Go through the records below and copy out every line holding "gris".

# [Stored data]
————————

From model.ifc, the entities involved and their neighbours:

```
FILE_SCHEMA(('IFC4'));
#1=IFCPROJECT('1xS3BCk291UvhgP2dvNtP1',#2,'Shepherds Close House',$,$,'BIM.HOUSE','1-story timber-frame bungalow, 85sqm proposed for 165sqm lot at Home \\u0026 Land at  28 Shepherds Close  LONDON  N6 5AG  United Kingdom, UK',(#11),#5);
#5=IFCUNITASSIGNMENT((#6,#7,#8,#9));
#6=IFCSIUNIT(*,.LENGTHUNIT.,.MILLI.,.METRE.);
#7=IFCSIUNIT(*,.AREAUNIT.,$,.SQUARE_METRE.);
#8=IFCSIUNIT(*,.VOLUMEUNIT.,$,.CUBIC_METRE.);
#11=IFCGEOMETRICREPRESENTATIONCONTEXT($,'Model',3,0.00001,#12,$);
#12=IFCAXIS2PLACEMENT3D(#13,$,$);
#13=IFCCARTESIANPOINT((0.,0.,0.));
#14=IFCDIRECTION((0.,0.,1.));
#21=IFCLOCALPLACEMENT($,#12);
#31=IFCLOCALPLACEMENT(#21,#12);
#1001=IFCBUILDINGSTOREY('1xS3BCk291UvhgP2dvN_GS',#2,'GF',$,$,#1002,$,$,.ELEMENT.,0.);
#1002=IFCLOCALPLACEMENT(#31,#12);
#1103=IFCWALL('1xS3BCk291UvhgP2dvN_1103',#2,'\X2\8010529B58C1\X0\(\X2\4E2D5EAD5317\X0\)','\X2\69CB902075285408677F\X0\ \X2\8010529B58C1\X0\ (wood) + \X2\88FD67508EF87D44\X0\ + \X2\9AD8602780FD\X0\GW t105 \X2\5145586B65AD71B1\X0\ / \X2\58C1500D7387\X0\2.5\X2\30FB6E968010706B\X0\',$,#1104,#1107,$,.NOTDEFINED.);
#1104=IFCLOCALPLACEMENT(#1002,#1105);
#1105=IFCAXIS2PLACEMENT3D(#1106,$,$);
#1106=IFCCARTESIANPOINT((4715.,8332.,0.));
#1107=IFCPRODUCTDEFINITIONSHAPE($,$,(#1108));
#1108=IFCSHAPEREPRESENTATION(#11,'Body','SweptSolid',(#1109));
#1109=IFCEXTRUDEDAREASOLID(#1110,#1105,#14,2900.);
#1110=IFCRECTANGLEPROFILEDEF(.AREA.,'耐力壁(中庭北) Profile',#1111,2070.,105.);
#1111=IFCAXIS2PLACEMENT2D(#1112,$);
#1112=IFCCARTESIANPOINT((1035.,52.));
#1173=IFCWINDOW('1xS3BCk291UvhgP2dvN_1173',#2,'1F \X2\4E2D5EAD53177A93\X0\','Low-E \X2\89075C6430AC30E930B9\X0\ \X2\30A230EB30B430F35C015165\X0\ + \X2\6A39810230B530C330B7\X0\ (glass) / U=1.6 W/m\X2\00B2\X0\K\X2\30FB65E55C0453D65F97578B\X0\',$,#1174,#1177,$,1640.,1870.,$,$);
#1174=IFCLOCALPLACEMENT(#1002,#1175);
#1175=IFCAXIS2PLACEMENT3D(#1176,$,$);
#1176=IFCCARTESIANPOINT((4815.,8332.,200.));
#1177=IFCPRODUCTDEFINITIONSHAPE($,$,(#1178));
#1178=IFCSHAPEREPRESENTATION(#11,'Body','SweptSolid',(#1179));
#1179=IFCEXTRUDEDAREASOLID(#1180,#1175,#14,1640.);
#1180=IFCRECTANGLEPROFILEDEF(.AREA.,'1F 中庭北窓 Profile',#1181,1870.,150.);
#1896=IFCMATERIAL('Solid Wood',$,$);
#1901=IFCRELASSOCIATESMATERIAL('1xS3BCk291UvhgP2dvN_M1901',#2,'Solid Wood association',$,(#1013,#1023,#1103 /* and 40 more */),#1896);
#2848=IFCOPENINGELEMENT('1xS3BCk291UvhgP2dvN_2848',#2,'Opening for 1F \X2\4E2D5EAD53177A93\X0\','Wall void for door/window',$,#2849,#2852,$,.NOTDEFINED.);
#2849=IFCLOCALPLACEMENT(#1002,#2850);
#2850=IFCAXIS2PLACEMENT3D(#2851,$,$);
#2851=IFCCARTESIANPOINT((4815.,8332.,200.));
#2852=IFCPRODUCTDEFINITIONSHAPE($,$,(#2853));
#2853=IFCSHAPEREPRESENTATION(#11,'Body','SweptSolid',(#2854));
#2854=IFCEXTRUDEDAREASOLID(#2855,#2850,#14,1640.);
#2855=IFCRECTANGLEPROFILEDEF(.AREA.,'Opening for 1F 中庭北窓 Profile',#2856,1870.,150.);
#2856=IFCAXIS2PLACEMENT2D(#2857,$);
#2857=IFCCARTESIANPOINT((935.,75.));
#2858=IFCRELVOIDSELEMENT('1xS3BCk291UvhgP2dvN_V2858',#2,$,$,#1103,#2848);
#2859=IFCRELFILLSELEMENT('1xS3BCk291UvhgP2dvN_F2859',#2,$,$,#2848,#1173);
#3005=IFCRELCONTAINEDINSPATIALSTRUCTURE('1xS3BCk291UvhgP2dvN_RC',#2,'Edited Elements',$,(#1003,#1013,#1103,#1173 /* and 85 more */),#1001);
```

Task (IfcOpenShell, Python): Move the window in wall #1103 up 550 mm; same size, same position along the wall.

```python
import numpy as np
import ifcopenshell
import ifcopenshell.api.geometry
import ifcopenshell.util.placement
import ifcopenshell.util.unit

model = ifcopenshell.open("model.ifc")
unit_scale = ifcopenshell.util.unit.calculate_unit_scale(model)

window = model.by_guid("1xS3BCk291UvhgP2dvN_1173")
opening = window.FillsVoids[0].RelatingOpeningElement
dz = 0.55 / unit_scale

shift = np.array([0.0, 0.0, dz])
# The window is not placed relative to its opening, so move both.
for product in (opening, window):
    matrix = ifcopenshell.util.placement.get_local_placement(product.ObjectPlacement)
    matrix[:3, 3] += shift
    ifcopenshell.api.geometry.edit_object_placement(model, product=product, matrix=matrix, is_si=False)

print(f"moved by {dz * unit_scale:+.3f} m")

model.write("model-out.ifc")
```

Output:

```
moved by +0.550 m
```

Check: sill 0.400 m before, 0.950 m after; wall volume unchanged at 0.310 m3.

————————

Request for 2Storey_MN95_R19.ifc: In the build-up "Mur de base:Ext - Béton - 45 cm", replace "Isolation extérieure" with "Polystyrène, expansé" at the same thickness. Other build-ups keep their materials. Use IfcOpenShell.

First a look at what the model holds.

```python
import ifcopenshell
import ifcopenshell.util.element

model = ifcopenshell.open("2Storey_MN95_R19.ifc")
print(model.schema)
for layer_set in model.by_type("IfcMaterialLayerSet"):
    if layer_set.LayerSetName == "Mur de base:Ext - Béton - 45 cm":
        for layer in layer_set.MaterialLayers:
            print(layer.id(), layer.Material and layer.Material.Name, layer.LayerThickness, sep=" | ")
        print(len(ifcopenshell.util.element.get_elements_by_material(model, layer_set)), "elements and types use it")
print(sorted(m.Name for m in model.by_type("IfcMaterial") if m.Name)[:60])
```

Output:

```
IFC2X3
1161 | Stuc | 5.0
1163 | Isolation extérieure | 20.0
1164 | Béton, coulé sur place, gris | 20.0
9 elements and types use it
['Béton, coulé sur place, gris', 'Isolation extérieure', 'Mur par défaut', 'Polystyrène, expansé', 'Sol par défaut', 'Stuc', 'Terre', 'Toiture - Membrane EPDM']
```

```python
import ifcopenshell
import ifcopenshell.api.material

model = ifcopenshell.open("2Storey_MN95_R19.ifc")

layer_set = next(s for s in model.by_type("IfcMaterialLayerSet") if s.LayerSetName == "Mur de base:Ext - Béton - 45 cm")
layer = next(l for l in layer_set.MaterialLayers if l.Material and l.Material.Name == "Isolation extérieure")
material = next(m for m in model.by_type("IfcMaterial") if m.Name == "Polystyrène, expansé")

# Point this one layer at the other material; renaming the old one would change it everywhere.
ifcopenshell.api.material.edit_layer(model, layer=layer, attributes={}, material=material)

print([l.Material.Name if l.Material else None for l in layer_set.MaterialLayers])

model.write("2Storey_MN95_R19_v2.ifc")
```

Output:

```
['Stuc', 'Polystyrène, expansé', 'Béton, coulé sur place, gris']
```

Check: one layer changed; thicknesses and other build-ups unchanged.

————————

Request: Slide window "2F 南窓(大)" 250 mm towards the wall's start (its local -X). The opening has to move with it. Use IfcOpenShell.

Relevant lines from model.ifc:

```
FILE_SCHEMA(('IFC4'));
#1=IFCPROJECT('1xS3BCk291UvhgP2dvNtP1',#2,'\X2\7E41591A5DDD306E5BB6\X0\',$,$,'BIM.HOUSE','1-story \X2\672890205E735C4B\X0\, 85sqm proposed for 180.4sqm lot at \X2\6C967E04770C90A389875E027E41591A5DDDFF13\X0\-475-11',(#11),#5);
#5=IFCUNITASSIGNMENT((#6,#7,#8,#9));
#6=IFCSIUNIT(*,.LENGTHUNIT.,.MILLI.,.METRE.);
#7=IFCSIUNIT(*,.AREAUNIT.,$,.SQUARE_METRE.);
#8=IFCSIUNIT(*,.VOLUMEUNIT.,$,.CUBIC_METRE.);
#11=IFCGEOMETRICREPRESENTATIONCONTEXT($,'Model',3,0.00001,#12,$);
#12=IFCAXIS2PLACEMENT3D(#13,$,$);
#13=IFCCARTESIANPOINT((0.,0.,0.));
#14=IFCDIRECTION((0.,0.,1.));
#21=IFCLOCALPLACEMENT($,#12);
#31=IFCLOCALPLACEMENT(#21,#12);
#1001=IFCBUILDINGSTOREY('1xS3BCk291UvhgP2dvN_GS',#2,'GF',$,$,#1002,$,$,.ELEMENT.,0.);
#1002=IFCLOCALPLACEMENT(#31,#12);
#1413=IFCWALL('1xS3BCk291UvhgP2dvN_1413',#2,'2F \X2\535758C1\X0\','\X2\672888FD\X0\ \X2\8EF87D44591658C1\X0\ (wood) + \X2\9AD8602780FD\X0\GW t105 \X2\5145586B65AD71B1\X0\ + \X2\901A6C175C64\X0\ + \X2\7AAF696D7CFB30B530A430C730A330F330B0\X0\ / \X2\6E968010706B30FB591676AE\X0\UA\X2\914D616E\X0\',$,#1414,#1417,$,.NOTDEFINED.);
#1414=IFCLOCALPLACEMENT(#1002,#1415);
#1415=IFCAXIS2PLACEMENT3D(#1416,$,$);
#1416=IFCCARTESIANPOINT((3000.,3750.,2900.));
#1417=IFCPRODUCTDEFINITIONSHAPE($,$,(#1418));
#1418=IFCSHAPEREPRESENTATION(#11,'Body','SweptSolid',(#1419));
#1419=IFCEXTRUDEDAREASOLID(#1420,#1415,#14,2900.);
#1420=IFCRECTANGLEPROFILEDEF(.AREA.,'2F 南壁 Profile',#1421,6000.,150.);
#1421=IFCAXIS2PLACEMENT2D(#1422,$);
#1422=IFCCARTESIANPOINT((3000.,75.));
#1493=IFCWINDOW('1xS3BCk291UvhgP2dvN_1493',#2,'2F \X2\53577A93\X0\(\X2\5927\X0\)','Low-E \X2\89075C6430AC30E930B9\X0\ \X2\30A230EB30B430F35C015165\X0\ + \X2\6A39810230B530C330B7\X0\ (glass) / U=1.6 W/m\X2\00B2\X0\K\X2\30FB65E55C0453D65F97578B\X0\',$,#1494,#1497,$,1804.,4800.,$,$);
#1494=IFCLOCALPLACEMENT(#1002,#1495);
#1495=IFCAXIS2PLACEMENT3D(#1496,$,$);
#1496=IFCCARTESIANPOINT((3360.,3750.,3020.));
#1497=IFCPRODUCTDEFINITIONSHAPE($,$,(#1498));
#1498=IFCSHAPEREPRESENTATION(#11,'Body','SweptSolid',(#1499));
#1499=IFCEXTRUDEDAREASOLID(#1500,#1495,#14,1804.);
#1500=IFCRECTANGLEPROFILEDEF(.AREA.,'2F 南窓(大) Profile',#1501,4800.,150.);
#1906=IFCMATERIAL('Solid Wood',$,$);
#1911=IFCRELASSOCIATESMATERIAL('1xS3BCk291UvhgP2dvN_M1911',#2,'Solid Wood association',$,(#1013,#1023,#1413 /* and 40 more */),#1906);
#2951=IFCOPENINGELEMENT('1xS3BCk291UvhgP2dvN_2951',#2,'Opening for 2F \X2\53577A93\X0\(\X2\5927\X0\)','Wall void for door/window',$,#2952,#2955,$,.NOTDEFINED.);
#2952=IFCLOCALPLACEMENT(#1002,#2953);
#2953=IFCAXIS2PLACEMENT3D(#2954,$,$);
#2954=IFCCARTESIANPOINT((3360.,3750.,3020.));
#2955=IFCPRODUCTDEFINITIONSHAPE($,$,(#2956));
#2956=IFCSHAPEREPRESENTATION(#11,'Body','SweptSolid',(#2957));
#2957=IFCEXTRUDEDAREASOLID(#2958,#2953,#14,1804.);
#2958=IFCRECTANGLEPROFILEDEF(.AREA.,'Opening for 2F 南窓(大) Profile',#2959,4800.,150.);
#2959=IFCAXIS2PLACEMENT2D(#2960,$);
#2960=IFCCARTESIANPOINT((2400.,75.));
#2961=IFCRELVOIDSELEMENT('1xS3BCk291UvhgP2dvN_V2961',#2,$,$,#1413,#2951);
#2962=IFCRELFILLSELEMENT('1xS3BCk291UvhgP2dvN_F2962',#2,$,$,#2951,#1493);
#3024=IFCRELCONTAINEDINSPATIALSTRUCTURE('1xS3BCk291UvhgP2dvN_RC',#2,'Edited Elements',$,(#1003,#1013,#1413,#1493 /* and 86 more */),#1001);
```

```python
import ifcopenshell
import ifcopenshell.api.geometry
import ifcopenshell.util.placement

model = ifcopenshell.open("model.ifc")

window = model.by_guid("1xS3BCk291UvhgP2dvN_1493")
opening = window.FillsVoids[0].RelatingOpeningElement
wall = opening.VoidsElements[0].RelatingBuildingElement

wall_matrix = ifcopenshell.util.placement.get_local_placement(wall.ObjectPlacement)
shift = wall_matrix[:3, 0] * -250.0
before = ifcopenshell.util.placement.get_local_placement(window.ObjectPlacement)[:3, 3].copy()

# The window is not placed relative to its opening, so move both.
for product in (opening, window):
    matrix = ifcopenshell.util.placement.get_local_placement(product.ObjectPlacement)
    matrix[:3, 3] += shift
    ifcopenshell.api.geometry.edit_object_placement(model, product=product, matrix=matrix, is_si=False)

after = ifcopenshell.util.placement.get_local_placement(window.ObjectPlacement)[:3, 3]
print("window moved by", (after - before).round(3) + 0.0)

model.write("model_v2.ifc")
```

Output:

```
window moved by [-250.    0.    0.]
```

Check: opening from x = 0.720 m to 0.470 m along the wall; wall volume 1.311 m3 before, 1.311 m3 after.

————————

# [Response]
1164 | Béton, coulé sur place, gris | 20.0
['Béton, coulé sur place, gris', 'Isolation extérieure', 'Mur par défaut', 'Polystyrène, expansé', 'Sol par défaut', 'Stuc', 'Terre', 'Toiture - Membrane EPDM']
['Stuc', 'Polystyrène, expansé', 'Béton, coulé sur place, gris']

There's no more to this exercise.